Headache characteristics
Migraine headaches were diagnosed in 51 (31%) of the 162 participants, of whom 24 (15%) experienced an aura as well. Auras were visual in 18, vertigo in 11, and sensorimotor in 4; more than one type of aura was experienced by 13 participants. Autonomic symptoms such as redness or droopiness of eye, lacrimation and rhinorrhea were reported by 3 survivors while 20 experienced frequent nausea during a headache. No survivor reported syncope with their headaches. Episodic tension-type headaches were diagnosed in 49 (30%) survivors. In 76 survivors with headache, both migraine headaches and episodic tension-type headaches co-existed in 24 (15%) survivors and 18 (11%) survivors had chronic headaches; 10 had tension-type and 8 migraine type chronic headache.

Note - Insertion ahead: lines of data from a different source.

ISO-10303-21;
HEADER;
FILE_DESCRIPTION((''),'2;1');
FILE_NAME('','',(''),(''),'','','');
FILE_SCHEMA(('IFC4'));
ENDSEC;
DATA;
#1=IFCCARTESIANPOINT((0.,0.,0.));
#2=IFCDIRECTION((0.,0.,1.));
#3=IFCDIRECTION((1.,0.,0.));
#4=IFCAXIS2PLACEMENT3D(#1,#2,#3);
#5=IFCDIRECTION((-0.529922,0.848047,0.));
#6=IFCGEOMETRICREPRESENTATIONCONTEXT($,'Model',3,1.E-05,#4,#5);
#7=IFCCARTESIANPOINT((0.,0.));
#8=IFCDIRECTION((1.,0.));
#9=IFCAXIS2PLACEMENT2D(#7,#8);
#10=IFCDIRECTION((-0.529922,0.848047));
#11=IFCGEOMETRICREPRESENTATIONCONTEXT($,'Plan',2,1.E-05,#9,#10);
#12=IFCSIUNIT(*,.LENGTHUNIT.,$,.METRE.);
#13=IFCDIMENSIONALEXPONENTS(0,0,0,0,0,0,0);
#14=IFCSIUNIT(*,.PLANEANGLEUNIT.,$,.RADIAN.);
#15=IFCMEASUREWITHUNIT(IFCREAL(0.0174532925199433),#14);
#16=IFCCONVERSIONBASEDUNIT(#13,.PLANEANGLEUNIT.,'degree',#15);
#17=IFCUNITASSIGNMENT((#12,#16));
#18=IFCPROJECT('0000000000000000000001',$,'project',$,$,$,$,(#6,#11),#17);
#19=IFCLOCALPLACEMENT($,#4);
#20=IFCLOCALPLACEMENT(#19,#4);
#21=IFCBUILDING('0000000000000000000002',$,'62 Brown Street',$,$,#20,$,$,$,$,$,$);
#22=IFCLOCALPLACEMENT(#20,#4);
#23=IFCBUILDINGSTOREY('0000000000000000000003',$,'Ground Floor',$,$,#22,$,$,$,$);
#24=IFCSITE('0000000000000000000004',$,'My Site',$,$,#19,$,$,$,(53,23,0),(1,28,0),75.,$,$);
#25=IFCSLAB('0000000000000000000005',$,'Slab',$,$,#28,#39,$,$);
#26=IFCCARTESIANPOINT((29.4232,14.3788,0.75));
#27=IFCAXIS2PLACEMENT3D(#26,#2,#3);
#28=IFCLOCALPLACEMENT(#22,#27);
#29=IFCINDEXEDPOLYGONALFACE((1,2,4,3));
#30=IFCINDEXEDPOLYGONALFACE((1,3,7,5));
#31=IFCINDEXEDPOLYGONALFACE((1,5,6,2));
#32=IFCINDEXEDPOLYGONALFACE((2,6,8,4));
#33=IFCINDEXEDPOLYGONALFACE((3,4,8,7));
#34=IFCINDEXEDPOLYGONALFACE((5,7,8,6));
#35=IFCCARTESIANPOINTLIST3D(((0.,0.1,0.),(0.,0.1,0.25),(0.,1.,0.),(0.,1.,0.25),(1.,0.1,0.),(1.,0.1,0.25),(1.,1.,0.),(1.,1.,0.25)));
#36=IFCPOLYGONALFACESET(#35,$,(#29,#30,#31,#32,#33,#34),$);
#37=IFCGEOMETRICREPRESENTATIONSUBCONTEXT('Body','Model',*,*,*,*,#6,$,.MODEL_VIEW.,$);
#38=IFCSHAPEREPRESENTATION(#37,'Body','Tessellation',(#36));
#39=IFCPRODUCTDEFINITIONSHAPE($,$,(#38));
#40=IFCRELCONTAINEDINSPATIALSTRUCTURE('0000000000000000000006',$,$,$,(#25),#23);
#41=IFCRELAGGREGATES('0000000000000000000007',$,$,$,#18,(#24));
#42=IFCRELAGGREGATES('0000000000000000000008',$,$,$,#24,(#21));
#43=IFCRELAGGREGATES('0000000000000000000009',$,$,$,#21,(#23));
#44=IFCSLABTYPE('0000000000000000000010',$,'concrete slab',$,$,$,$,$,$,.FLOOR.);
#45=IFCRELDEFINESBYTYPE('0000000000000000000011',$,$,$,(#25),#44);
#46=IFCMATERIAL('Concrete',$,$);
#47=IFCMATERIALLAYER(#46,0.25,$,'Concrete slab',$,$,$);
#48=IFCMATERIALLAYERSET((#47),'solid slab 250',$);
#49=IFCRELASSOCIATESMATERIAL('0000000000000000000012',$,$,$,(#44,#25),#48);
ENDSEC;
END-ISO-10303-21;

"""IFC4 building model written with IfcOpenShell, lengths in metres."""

from ifc_helpers import new_model, entity, si_unit, converted_unit, direction, frame, origin_with_axes, origin_2d_with_axis, place, context, subcontext, project, spatial, line, indexed_curve, outline, extrude, material, layer, layer_set, layer_usage, type_object, element, save


model = new_model("IFC4")

# Units and contexts
model_context = context("Model", 3, precision=1e-05, world=origin_with_axes(), true_north=direction((-0.529922, 0.848047, 0.0)))
plan_context = context("Plan", 2, precision=1e-05, world=origin_2d_with_axis(), true_north=direction((-0.529922, 0.848047)))
body_context_1 = subcontext(model_context, "Body", "Model", "MODEL_VIEW")
ifc_project = project(units=[si_unit("LENGTHUNIT", "METRE"), converted_unit("PLANEANGLEUNIT", "degree", entity("IfcReal", 0.0174532925199433), si_unit("PLANEANGLEUNIT", "RADIAN"), dimensions=[0, 0, 0, 0, 0, 0, 0])], contexts=[model_context, plan_context])

# Site, building, storey
site_placement = place(None, origin_with_axes())
site = spatial("IfcSite", under=ifc_project, at=site_placement, Name="My Site", RefLatitude=(53, 23, 0), RefLongitude=(1, 28, 0), RefElevation=75.0)
building_placement = place(site_placement, origin_with_axes())
building = spatial("IfcBuilding", under=site, at=building_placement, Name="62 Brown Street")
storey_placement = place(building_placement, origin_with_axes())
storey = spatial("IfcBuildingStorey", under=building, at=storey_placement, Name="Ground Floor")

# Shared definitions
ifc_material_1 = material(Name="Concrete")

# Slab
ifc_layer_1 = layer(ifc_material_1, 0.25, Name="Concrete slab")
ifc_layer_set_1 = layer_set([ifc_layer_1], Name="solid slab 250")
ifc_layer_usage_1 = layer_usage(ifc_layer_set_1, "AXIS3", "POSITIVE", 0.0)
slab_type = type_object("IfcSlabType", Name="concrete slab", PredefinedType="FLOOR", material=ifc_layer_set_1)
slab_1_placement = place(storey_placement, frame((29.4232, 14.3788, 0.75), z_axis=(0.0, 0.0, 1.0), x_axis=(1.0, 0.0, 0.0)))
element("IfcSlab", 1, at=slab_1_placement, inside=storey, type_object=slab_type, material=ifc_layer_usage_1, Name="Slab", context=body_context_1, shape_type="SweptSolid", body=[
    extrude(outline(indexed_curve([(1.0, 1.0), (1.0, 0.1), (0.0, 0.1), (0.0, 1.0)], segments=[line(3, 2), line(2, 1), line(1, 4), line(4, 3)], self_intersect=False)), None, (0.0, 0.0, 1.0), 0.25),
])

save(model, "model.ifc")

Headache lasted less than 4 hours when not using abortive treatment in 55 survivors (72% of headache patients). Non-steroidal anti-inflammatory drugs for abortive treatment were used by 49 participants: acetaminophen by 46, triptans by 3, and other over-the-counter medications by 6; bed rest was additionally employed by 65. With abortive treatment, 59 (78% of headache survivors) reported resolution within 2 hours of headache onset.
Of the 76 survivors who experienced headaches, 51 (67%) had never consulted a physician for their headaches and 6 (8%) had visited hospital emergency room for severe headache over the last 12 months. On a pain scale of 1–10, 36 (47% of headache patients) reported an intensity of 7–8 for their worst headaches and 31 (41% of headache patients) an intensity of 9–10. Finally, a maternal family history of headache was reported by 34 (45% of headache patients), paternal family history in 9 (12% of headache patients), and both in 6 (8% of headache patients).
Risk factors for headache
Cancer related risk factors for headache and related disability were studied in survivors developing headache after ALL diagnosis (n=61) and are provided in Tables 3 and 4. In univariate analyses, fatigue was associated with presence of any headache, migraine headaches, and increased headache related disability. Presence of hypertension was associated with tension type headaches. Female sex trended to be associated with any headache, migraine, and tension type headaches. In multivariate analyses, fatigue was significantly associated with any headache, migraine headaches, and increased headache-related disability (Table 4). Female gender and hypertension increased the risk of tension type headaches. Multivariate logistic regression analyses showed no significant association between presence of headache and its related disability with age at cancer diagnosis, history of leukemia relapse, use of high dose methotrexate (>5 gm/m2), number of intrathecal chemotherapy infusions, and body mass index.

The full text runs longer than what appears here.